Esta duda no es solo mía, y está siendo expresada a todos los niveles, desde Bruselas a Madrid pasando por California, por lo que me parece demasiado fácil que en unas pocas líneas de una columna en el periódico se pueda dar por zanjada la situación, repitiendo de forma sistemática la palabra subvención sin mayores consideraciones. Y más si se desestima con el mismo plumazo todo ese esfuerzo de gestión de demanda que hacen un conjunto de empresas, conectadas en tiempo real por doble circuito de comunicación con el Operador del Sistema, que conoce por tanto de forma continua su nivel de potencia activa y reactiva y su programa futuro de consumo, que garantizan 3.500 MW de potencia interrumpible con un preaviso de cinco minutos, que garantizan más de 700 MW interrumpibles sin preaviso, que bajan la potencia demandada en horas punta en 1000MW, garantizan consumos mínimos en prácticamente take or pay donde lo exige el sistema y que están dispuestos a poner a disposición del Operador del Sistema sus equipos de control de tensión cuando hace falta.

Deslocalización
Por último, también discrepo del concepto de deslocalización planteado en los términos de "en España, al igual que en el resto de países europeos, el sistema privilegia a estas grandes compañías para evitar su deslocalización y perder empleos y cuantiosos ingresos vía impuesto de sociedades". A mi me parece que una empresa eficiente es mucho más que eso, y desde luego, la España industrial resultante de la incorporación al Mercado Común tiene un conjunto de empresas de altísima eficiencia sometidas con éxito a mercados mundiales globales y que forman parte de la sociedad a la que aportan no solo dinero sino también un entorno social de alta calificación, un entorno de servicios de alto nivel de formación y, por supuesto, todo el valor añadido derivado de la eficiencia empresarial.
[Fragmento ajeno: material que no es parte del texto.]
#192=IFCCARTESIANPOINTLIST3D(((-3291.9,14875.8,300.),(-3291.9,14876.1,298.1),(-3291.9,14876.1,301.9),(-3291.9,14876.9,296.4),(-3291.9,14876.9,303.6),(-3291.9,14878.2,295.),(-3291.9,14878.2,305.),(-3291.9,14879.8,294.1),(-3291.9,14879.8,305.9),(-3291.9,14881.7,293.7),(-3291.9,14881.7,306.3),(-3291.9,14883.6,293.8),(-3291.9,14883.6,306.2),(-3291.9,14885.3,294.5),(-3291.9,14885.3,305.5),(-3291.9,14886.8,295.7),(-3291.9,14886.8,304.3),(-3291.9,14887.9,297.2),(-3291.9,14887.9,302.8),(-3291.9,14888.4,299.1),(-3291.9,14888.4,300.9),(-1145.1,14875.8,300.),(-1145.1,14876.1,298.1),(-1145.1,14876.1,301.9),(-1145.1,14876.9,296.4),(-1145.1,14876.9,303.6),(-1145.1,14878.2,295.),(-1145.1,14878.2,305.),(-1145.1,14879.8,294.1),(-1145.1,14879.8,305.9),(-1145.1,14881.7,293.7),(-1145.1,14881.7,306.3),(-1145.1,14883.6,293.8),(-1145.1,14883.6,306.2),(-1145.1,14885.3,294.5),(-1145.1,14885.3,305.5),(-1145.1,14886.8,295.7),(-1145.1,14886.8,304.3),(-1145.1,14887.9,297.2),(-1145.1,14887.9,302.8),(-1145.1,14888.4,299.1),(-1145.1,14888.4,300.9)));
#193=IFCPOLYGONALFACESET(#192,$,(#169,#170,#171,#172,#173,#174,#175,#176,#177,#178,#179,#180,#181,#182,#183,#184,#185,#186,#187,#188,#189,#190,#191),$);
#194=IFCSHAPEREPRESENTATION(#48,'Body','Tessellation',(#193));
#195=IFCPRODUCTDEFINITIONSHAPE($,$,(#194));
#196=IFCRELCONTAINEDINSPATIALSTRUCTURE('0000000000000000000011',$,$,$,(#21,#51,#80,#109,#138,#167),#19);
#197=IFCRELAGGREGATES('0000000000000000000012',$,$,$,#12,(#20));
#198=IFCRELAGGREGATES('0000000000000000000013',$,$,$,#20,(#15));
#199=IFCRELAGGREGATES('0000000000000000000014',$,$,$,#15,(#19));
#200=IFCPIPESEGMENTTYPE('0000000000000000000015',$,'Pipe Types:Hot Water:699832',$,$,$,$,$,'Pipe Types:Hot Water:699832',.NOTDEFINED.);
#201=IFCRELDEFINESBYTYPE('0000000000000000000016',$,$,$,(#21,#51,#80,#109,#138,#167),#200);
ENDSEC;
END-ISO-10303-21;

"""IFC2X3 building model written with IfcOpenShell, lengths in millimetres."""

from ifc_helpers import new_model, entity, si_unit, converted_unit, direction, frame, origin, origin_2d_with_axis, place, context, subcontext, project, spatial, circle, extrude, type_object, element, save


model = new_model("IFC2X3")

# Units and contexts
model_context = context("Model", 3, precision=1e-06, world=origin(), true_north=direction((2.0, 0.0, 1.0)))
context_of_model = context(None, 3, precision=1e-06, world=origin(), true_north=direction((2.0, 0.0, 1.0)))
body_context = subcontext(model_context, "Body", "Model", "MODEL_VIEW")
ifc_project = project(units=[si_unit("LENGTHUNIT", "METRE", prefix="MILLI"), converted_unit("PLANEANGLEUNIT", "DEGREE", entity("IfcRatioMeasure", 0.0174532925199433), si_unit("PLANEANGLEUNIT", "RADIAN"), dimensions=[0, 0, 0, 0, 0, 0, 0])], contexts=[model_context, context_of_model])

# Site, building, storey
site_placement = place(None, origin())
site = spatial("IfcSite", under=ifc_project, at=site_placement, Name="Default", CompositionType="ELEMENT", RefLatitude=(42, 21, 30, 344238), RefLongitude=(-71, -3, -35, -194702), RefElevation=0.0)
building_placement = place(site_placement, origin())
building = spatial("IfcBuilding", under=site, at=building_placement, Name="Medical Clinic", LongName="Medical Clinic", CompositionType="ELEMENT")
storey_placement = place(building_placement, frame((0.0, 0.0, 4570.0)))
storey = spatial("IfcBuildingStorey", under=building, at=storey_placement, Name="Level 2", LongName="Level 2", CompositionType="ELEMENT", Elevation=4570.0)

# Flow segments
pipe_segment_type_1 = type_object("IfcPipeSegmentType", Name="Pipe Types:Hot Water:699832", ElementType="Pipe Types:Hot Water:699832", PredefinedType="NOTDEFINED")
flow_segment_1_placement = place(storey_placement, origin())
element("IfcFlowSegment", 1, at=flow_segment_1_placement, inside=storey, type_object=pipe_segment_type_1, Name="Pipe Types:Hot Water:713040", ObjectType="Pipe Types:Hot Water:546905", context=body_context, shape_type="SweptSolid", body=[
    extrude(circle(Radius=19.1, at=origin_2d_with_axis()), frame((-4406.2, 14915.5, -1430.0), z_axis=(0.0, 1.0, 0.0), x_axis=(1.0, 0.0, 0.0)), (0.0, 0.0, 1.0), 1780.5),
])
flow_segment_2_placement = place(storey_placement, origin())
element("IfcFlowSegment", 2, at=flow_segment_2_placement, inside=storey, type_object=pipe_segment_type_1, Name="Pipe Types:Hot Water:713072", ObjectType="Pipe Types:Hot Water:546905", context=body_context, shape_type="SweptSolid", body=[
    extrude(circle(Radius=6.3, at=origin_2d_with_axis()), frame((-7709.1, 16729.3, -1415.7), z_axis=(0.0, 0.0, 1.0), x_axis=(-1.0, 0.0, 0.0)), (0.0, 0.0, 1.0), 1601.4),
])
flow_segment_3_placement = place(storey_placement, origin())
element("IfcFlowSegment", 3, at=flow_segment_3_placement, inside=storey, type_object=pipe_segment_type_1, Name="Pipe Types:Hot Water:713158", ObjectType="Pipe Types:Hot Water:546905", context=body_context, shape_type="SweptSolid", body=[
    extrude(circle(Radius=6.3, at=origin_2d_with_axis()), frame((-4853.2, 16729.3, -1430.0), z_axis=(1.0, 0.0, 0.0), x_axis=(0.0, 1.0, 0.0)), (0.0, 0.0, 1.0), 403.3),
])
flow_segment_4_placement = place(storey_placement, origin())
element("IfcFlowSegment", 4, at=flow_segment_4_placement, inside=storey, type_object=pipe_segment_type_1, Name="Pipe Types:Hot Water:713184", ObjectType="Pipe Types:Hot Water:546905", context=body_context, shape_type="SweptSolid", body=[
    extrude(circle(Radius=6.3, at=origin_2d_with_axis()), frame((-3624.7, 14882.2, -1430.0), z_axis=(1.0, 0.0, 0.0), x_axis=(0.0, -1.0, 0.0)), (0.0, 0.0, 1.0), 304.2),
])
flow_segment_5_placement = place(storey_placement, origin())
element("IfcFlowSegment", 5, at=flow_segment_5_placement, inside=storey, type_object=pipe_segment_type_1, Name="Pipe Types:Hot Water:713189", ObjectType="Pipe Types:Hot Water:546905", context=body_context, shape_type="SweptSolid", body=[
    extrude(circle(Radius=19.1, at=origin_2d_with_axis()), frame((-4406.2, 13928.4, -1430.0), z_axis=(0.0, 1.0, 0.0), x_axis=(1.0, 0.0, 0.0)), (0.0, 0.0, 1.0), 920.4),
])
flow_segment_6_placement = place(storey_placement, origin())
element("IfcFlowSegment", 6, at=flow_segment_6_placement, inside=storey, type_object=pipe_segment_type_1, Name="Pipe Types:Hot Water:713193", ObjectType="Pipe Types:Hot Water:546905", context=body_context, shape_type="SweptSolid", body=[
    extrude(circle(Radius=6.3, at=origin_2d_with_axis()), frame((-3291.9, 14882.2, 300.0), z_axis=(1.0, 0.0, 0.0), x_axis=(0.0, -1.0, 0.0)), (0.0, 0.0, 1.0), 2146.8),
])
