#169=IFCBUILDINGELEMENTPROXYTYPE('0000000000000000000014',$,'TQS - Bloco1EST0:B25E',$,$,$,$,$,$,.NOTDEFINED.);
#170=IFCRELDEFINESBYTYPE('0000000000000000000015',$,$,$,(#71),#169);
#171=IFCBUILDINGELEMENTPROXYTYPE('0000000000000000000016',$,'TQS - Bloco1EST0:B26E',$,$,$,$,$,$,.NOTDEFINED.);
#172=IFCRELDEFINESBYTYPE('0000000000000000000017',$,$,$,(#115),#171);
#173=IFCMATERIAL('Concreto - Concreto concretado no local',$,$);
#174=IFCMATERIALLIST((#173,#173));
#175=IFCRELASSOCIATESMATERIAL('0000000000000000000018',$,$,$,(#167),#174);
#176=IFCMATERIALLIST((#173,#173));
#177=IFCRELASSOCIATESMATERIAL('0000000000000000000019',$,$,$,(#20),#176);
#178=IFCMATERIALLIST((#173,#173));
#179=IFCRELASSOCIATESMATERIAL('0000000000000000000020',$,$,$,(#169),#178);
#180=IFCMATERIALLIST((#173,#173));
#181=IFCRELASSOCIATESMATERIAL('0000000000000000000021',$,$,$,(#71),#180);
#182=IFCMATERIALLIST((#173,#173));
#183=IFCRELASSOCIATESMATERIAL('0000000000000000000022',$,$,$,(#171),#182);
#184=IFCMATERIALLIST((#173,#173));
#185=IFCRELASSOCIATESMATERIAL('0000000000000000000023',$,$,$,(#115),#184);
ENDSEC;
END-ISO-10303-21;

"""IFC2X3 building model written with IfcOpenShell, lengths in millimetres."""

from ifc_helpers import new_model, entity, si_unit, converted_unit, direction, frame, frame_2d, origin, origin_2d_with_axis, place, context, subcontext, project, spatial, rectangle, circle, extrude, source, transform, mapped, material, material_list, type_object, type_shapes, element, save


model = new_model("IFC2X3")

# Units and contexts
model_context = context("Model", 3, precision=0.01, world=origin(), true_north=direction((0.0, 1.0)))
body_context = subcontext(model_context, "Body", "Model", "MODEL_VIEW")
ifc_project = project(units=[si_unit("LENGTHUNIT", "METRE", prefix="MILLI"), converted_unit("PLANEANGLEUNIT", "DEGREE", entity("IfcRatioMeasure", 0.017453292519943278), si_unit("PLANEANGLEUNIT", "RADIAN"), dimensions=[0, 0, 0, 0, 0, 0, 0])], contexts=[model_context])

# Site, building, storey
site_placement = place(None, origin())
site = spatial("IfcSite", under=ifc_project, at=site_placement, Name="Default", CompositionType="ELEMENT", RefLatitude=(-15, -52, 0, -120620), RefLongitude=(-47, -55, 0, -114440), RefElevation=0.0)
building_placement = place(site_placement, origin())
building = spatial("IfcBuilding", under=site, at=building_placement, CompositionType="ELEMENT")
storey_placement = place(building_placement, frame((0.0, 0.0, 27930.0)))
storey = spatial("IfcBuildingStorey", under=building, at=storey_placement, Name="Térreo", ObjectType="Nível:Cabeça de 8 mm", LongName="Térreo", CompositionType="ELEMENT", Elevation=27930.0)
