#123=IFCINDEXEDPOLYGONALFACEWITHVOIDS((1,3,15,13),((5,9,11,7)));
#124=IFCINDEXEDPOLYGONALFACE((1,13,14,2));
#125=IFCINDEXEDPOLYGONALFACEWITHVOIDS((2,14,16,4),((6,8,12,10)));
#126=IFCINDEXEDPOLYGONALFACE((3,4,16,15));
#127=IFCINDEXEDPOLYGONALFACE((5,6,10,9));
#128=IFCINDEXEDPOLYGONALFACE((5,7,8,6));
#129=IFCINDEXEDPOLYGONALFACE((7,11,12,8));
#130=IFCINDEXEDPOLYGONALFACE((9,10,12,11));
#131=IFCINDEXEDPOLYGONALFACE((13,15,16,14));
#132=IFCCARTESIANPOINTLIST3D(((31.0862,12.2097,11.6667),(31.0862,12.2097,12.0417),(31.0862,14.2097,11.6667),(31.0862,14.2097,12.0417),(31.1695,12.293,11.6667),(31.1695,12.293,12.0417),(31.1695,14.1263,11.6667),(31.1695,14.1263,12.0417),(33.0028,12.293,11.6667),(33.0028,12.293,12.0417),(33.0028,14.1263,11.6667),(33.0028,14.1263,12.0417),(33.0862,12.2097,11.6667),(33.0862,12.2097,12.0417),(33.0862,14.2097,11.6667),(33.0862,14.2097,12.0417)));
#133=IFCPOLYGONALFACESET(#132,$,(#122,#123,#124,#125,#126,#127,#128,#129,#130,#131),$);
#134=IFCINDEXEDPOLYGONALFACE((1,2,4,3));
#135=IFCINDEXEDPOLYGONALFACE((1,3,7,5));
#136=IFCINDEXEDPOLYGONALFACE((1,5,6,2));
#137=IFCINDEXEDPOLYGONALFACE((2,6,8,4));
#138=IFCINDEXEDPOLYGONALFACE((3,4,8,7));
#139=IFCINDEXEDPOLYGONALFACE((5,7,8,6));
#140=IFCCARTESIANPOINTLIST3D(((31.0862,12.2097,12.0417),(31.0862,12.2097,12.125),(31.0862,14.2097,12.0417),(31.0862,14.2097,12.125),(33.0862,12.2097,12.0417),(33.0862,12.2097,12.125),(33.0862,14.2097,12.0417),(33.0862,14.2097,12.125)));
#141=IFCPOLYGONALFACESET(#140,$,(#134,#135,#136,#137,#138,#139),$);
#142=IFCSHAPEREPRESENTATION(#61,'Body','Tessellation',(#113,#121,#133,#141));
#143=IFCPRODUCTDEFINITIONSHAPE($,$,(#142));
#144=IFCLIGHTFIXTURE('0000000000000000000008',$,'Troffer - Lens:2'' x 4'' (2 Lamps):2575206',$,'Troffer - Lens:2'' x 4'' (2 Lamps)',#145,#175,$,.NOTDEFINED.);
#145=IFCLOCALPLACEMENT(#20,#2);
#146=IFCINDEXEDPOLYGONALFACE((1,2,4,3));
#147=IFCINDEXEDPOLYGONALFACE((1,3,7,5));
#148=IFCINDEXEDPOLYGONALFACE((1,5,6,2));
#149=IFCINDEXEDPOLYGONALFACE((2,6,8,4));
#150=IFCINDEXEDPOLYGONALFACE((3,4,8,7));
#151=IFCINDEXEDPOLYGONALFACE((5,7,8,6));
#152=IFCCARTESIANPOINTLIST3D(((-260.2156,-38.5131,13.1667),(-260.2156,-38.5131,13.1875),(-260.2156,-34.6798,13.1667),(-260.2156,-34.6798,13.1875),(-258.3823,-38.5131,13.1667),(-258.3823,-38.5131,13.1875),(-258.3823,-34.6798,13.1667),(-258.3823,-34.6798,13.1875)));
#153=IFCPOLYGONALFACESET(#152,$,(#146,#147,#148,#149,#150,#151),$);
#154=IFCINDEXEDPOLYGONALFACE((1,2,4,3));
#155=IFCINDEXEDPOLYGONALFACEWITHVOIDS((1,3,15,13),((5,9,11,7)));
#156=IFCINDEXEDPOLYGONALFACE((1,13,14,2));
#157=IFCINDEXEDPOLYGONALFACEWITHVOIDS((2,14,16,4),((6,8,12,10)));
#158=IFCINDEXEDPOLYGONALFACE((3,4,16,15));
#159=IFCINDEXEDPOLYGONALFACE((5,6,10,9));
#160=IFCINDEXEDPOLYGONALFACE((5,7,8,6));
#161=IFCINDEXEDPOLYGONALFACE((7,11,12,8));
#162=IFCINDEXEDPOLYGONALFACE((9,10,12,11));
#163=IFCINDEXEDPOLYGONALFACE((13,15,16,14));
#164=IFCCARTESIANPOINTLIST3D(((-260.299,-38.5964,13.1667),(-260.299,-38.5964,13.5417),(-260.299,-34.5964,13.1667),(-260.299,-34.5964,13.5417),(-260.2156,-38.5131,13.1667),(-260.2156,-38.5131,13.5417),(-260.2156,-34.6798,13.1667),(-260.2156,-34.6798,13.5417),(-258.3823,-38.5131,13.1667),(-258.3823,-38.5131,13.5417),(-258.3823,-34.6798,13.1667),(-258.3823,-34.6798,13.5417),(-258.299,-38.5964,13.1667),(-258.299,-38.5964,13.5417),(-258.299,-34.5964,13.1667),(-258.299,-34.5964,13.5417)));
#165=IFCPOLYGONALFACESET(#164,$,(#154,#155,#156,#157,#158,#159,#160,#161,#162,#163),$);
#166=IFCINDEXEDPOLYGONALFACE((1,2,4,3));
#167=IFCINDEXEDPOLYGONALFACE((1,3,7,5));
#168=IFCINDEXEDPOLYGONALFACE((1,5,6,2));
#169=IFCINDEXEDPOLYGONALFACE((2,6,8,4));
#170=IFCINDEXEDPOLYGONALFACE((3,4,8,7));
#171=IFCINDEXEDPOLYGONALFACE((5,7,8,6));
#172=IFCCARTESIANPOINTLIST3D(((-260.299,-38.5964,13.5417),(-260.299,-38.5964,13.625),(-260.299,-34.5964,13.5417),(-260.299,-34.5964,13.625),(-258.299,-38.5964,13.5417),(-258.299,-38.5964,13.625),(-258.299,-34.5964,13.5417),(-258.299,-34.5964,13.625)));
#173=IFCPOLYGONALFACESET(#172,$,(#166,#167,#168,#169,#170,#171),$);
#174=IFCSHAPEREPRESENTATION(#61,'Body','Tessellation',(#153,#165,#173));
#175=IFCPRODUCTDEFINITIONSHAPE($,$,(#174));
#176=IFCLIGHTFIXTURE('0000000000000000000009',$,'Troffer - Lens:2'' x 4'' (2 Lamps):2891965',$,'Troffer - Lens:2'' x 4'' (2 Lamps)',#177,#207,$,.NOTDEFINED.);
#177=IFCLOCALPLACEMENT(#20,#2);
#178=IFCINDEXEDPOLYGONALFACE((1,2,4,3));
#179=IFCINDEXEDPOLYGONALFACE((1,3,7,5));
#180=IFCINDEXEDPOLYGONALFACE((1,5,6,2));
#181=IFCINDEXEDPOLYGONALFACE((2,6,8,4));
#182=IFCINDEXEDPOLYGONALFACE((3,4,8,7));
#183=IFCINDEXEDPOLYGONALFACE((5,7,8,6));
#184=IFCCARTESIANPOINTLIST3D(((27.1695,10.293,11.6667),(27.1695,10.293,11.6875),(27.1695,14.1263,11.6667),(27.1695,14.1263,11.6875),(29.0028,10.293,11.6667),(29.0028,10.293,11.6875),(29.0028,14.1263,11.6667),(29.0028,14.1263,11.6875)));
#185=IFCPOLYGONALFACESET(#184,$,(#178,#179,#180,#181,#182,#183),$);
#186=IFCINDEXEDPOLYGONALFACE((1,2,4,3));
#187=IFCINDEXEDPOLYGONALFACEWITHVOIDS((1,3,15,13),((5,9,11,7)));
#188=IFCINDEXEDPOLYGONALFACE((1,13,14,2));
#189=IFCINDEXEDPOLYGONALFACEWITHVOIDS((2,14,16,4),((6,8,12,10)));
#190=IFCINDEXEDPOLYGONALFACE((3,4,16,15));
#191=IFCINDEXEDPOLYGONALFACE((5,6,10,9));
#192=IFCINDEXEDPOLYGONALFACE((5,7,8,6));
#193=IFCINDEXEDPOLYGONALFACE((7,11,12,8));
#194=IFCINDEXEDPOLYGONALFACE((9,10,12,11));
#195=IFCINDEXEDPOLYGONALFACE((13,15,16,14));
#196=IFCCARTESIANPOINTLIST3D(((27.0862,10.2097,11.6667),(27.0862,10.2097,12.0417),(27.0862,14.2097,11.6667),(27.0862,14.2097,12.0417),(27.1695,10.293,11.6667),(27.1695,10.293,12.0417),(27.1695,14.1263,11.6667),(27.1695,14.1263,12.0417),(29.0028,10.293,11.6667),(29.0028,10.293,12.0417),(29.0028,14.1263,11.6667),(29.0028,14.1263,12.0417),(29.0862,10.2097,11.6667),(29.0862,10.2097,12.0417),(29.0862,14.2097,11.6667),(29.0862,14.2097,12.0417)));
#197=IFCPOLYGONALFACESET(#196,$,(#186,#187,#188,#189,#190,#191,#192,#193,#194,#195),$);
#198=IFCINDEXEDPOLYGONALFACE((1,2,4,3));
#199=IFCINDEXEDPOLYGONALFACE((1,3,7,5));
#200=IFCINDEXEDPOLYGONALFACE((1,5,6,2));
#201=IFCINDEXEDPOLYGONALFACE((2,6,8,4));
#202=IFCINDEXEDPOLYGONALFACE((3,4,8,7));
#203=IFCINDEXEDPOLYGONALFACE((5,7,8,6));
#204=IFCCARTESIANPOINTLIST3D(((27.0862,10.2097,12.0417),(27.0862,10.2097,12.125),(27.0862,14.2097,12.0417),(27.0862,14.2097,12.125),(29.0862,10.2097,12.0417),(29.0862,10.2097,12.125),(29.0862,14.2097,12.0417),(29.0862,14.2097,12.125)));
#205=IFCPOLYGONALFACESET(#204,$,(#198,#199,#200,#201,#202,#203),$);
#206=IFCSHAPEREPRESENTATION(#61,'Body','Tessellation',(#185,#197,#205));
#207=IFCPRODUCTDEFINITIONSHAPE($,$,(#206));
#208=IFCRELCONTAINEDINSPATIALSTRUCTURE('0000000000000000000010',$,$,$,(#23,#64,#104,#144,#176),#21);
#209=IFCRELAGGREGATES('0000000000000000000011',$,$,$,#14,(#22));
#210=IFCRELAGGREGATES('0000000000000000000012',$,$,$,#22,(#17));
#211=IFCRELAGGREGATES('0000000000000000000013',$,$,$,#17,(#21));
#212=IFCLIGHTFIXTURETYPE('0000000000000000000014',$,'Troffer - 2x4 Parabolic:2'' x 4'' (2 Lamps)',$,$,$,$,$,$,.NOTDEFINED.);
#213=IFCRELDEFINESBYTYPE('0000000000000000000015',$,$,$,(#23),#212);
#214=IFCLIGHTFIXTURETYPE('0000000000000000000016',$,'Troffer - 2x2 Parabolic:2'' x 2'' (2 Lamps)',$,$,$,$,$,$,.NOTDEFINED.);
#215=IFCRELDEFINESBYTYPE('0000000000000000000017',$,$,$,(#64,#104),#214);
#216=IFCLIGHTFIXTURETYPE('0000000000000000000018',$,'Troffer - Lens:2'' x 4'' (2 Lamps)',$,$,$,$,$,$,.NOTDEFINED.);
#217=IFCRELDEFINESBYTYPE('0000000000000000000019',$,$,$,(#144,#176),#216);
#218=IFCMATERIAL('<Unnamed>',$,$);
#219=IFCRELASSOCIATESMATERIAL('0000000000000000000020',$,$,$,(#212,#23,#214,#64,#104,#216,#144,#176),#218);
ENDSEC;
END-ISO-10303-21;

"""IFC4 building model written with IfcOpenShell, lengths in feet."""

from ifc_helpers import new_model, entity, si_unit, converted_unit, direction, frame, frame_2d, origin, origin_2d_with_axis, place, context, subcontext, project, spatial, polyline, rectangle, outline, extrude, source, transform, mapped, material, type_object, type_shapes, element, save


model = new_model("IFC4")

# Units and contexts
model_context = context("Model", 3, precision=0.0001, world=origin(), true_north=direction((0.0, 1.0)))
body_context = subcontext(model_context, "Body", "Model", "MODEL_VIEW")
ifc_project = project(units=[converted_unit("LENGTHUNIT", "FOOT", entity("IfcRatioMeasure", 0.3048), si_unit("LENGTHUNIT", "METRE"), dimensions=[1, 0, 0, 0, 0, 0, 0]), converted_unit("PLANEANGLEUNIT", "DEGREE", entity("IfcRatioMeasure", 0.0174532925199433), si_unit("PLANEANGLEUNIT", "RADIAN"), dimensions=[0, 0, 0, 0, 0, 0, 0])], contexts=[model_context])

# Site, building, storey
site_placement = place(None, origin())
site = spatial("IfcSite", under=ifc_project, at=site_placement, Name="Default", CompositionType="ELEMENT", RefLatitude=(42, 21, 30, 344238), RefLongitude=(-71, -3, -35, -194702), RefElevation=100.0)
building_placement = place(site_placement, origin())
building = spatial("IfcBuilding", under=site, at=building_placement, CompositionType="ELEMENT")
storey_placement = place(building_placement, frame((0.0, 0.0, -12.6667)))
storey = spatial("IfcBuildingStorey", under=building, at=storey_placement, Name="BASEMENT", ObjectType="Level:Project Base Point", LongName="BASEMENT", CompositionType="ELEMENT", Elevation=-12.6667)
No se trata ni aquí ni ahora, y desde luego no en España, de mantener empresas de forma artificial mediante prebendas más o menos encubiertas. En concreto, y volviendo a la energía eléctrica, esas industrias cementeras, metalúrgicas, químicas y siderúrgicas a las que hacía referencia el periódico, y que no son la únicas, para obtener precios competitivos en España tienen que hacer, además de ser eficientes, lo que no tendrían que hacer en Francia, Bélgica, Canadá, Venezuela, Noruega, Suecia, Finlandia, etc., que es tener que someterse a fuertes compromisos de gestión de demanda para tener precios eléctricos competitivos, legalmente establecidos en el BOE y que de ninguna manera son subvenciones sino contraprestaciones por un servicio de garantía de suministro en un país aislado, con altísimos crecimientos de consumo eléctrico como España y cuya sociedad no acepta ni nuevas líneas ni nuevas centrales.